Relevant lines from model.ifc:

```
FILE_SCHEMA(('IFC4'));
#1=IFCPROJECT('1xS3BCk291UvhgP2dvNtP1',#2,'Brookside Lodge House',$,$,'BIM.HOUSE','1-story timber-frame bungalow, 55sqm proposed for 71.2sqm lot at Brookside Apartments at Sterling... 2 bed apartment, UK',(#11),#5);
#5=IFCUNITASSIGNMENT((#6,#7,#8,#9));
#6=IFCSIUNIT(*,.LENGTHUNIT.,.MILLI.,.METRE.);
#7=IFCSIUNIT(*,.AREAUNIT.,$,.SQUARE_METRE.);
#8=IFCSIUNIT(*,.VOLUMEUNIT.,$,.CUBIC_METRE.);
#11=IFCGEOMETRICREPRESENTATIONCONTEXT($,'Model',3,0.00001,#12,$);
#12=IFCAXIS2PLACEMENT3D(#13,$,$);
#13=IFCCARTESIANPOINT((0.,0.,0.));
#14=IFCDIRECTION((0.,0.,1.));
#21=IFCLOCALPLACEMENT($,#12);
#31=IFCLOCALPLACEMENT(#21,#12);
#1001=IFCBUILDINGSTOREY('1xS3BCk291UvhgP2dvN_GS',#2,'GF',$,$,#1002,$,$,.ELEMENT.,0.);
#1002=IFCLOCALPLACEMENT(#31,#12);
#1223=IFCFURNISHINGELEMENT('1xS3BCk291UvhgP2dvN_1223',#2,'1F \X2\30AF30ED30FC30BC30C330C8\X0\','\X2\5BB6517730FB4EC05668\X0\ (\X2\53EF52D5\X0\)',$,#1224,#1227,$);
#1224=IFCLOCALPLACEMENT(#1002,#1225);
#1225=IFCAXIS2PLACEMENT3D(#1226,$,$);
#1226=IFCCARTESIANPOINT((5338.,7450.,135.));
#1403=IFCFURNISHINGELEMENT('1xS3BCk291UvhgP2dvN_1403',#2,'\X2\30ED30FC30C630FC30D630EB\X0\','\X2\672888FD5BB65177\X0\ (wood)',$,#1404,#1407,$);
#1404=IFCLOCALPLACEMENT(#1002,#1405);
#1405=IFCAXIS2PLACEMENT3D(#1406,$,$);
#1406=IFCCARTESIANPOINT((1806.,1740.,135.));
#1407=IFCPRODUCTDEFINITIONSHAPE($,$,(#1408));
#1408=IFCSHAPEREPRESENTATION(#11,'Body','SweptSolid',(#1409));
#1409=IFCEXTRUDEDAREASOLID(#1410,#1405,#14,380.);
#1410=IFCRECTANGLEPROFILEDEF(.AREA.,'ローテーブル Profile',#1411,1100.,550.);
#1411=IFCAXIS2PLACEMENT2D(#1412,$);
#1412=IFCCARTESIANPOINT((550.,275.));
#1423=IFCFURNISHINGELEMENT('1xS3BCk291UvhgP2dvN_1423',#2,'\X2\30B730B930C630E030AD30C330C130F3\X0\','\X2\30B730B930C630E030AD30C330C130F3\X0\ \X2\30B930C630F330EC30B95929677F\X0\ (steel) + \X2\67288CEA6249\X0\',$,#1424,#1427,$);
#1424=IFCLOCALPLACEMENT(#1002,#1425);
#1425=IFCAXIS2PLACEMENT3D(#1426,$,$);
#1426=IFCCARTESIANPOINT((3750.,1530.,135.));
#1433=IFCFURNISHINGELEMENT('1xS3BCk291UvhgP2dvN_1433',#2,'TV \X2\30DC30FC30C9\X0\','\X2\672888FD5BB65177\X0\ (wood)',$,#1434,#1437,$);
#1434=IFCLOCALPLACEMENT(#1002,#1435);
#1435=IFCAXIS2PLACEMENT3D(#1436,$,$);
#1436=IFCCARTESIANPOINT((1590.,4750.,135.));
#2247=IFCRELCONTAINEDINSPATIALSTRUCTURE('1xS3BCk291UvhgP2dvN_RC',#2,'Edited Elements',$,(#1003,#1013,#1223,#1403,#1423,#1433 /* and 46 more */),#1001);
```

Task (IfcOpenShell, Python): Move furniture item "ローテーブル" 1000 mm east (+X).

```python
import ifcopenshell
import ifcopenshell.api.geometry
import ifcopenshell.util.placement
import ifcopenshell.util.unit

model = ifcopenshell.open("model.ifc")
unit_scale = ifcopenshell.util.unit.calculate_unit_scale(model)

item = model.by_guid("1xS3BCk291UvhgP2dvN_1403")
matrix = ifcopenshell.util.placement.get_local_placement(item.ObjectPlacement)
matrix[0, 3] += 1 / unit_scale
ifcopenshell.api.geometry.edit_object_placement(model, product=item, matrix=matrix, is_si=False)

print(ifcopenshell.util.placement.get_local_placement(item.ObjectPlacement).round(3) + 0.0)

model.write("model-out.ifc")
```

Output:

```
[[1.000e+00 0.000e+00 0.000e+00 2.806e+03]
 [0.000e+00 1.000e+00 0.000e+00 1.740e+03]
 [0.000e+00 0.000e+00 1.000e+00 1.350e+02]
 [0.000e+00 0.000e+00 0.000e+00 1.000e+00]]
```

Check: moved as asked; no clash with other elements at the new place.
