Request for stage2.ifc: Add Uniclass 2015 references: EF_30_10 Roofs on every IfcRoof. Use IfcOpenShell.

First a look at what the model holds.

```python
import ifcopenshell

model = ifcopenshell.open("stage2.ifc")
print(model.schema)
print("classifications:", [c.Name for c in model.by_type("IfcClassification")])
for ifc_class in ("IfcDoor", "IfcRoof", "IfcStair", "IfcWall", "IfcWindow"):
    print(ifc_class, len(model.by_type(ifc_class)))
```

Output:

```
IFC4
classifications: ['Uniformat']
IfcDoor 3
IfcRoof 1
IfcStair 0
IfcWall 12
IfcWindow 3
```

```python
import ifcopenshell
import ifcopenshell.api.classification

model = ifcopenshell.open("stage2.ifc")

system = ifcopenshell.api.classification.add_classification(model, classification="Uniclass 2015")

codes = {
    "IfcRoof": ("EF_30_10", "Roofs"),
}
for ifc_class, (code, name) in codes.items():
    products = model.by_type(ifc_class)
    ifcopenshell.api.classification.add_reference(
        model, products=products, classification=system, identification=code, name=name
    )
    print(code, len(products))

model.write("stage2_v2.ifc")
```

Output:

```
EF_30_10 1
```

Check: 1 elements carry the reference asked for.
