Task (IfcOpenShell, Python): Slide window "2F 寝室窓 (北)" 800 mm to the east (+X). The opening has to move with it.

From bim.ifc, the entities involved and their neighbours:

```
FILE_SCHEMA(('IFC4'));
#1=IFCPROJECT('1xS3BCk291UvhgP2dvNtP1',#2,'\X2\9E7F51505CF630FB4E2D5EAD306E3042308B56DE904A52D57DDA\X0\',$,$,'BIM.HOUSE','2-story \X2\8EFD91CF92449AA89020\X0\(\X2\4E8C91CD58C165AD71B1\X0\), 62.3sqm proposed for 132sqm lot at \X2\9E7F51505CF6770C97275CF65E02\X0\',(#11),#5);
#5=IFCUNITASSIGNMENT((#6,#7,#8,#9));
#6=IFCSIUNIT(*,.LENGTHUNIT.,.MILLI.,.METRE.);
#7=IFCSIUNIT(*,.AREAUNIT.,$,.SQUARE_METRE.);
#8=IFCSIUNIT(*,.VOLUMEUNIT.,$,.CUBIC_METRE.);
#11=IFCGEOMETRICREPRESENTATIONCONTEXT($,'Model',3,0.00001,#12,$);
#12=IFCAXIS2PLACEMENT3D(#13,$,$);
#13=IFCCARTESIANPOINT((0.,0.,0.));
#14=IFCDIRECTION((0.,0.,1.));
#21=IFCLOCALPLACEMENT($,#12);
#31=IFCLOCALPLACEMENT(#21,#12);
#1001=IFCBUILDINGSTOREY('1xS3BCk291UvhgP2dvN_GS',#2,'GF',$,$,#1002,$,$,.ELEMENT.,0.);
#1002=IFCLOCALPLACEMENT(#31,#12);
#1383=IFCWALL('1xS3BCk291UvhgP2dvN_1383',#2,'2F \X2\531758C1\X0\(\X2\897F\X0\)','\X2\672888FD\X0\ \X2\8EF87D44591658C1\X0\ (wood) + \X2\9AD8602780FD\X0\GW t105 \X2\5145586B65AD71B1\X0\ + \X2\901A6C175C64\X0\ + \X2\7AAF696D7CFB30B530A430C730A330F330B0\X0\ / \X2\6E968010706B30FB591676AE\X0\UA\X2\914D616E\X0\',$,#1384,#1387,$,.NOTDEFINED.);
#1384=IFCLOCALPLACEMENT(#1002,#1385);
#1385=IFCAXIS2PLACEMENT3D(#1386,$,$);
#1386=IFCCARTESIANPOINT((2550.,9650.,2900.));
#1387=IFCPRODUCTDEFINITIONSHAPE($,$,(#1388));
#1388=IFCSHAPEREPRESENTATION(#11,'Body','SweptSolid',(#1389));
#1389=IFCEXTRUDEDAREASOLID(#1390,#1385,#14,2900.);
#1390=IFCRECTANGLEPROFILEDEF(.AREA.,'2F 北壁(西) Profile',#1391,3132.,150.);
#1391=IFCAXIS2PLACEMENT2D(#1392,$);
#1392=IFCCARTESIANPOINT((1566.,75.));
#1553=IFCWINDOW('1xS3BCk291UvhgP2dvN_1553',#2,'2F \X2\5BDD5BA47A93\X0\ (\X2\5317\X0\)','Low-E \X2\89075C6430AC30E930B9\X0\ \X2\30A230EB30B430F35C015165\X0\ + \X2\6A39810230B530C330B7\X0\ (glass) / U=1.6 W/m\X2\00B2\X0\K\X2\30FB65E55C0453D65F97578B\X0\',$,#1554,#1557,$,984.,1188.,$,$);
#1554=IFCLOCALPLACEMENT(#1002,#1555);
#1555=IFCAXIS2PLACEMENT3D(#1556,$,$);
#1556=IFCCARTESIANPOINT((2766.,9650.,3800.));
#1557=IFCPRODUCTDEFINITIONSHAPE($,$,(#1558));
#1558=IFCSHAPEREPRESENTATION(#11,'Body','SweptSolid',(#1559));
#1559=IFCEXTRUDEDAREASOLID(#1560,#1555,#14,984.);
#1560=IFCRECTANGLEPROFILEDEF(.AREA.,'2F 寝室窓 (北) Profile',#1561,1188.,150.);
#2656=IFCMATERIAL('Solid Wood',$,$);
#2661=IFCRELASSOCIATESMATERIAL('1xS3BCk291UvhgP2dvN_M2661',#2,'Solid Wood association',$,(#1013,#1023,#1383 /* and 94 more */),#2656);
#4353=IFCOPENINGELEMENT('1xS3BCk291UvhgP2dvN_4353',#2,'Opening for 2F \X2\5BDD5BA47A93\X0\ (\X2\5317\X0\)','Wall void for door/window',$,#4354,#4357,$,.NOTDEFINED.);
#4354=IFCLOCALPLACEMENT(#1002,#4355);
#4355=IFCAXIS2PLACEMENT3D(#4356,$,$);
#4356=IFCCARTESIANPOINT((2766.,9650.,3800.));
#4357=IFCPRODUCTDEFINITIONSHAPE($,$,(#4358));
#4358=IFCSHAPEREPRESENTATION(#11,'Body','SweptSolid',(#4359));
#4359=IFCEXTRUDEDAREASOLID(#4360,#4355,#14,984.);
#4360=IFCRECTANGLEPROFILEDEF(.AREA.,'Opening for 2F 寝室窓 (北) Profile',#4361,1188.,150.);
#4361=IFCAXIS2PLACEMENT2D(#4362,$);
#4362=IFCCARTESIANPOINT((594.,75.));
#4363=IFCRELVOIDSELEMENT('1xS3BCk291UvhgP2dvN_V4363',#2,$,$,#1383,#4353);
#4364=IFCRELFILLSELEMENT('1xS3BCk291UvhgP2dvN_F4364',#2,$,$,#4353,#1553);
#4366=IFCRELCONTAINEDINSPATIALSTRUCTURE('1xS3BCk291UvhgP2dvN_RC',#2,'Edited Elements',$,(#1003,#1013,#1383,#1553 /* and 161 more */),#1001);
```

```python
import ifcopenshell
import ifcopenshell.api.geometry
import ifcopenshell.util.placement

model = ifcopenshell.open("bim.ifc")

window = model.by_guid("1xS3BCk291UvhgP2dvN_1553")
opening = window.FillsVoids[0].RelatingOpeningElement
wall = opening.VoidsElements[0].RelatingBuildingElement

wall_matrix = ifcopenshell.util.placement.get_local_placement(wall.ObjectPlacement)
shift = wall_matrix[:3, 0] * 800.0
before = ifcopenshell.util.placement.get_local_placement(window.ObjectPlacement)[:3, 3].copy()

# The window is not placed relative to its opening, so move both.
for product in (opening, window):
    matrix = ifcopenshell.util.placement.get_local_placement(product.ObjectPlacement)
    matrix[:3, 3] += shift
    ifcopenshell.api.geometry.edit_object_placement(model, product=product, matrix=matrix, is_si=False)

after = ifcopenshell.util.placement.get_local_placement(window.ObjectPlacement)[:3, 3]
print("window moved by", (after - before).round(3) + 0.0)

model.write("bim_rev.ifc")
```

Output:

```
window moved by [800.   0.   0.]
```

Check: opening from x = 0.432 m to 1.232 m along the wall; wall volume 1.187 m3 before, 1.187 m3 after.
# # # # # # #
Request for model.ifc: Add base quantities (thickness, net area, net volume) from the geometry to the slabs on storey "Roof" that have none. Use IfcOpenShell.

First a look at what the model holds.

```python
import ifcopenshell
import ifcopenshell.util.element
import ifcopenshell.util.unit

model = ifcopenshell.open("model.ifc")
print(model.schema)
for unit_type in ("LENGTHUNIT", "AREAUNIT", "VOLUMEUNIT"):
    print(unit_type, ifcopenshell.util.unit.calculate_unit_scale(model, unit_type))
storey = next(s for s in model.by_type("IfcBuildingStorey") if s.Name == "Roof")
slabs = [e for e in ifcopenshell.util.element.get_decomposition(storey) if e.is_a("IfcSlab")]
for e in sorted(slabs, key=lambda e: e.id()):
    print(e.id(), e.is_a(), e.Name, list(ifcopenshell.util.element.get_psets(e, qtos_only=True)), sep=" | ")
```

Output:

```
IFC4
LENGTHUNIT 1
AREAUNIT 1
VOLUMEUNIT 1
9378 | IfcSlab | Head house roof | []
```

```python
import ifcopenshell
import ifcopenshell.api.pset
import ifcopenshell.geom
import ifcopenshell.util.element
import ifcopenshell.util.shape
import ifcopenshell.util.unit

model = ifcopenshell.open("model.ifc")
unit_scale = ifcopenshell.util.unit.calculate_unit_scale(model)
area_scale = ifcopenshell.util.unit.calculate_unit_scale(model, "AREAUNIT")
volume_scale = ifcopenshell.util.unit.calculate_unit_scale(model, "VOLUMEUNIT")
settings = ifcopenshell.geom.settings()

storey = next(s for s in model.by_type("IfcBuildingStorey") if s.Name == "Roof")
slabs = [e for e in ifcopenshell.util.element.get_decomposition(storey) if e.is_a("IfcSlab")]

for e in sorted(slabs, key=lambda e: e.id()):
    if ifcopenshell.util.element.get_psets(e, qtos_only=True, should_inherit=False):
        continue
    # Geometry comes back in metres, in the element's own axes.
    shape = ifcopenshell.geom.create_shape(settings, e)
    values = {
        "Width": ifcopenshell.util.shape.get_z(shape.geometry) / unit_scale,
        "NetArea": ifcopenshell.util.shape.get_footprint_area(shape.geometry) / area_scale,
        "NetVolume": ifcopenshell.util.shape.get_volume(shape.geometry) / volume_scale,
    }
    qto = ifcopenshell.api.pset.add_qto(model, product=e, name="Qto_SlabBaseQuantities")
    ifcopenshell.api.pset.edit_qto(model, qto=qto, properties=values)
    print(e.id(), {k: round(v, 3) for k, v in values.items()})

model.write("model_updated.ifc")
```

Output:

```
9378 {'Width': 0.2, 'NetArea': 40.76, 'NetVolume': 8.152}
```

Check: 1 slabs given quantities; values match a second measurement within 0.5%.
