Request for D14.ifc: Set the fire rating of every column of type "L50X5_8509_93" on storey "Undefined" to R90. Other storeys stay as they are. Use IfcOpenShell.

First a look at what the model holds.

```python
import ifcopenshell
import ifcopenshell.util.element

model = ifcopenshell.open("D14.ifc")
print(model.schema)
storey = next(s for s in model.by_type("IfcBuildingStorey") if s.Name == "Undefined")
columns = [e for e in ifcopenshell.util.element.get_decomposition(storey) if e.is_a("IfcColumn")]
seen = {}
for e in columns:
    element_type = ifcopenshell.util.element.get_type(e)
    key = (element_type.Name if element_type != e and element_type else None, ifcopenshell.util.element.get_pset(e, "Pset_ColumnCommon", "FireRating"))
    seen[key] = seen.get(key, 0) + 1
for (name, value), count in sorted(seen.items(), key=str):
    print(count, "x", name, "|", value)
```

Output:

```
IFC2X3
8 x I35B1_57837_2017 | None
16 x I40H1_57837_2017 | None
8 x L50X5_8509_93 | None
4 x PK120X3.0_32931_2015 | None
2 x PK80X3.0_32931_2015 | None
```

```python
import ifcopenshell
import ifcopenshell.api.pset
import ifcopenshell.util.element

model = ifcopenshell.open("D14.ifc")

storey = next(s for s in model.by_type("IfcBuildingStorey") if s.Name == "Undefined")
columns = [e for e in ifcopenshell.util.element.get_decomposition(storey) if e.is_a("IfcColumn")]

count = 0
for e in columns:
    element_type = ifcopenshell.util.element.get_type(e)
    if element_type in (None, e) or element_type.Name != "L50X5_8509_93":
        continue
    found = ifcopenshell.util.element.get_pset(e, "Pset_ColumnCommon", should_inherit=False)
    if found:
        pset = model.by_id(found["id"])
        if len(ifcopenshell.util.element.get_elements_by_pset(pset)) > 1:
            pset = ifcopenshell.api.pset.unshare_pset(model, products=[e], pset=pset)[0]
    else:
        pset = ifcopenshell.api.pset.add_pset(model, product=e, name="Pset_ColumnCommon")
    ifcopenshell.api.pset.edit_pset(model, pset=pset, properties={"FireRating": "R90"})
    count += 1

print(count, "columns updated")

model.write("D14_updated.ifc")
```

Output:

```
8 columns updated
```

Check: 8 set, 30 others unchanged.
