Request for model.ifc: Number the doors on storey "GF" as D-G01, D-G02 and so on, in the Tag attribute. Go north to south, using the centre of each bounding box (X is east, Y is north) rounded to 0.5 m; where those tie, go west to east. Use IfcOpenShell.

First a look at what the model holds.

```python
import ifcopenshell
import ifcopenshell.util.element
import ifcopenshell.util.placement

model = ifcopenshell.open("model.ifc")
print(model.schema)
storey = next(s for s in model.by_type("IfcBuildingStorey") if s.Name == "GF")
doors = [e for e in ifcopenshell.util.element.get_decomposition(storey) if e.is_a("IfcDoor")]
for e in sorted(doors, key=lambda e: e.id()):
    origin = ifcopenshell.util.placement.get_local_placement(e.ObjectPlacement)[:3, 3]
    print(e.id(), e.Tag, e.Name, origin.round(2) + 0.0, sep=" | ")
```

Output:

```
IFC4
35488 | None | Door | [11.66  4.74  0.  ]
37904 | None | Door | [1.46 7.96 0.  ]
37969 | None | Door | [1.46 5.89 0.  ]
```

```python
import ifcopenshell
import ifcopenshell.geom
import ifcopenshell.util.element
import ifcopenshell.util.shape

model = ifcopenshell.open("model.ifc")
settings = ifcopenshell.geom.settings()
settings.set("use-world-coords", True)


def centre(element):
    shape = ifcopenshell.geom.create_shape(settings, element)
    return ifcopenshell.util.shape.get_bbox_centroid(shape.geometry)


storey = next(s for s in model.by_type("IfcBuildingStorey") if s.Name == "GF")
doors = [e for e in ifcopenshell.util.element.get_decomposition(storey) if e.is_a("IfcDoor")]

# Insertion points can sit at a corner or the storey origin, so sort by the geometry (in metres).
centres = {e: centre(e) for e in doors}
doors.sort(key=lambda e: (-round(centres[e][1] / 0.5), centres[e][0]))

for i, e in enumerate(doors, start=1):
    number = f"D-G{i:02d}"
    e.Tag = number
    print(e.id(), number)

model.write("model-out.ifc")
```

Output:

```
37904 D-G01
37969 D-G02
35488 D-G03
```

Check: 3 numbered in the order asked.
# # # # # # #
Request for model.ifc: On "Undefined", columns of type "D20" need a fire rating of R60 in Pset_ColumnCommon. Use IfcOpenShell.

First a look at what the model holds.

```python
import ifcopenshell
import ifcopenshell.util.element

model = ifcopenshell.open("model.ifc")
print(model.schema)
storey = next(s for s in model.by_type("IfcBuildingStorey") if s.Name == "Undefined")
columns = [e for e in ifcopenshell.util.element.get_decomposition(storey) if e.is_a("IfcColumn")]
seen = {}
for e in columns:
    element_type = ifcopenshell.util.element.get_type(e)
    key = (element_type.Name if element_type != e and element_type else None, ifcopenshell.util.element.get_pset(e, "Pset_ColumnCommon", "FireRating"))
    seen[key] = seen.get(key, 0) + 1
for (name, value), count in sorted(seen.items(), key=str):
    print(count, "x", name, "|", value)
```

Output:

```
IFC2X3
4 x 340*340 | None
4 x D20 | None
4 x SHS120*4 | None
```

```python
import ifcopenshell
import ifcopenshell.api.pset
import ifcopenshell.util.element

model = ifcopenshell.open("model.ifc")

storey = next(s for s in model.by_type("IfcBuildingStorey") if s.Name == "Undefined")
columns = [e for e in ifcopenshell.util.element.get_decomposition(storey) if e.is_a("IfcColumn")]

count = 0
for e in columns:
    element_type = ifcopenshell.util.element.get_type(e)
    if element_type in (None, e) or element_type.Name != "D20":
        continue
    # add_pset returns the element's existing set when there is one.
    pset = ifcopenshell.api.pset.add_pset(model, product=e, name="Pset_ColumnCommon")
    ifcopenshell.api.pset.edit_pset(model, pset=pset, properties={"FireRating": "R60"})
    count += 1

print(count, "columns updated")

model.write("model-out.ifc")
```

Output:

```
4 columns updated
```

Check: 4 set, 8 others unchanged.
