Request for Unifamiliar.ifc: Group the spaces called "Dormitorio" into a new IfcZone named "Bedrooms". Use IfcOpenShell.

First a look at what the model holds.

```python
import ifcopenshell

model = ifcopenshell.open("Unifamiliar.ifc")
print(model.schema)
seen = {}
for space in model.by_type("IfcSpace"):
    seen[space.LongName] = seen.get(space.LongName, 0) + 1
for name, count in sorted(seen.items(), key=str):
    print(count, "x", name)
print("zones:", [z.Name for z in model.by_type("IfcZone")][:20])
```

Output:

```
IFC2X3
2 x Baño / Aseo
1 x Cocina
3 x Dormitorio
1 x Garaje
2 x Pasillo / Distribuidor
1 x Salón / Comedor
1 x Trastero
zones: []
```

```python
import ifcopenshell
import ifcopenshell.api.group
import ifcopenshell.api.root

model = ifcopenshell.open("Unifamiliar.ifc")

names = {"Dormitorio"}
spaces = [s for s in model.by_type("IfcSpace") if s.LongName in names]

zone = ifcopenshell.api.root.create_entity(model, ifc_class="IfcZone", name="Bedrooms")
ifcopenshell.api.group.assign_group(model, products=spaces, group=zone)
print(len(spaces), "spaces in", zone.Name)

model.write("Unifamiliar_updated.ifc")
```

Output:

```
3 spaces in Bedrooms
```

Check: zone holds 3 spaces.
# # # # # # #
▶ [Exercise prompt]: Your task is to copy each line of the entries that includes the word "others".

▶ [The completed task]:
Check: 8 set, 30 others unchanged.
Check: 4 set, 8 others unchanged.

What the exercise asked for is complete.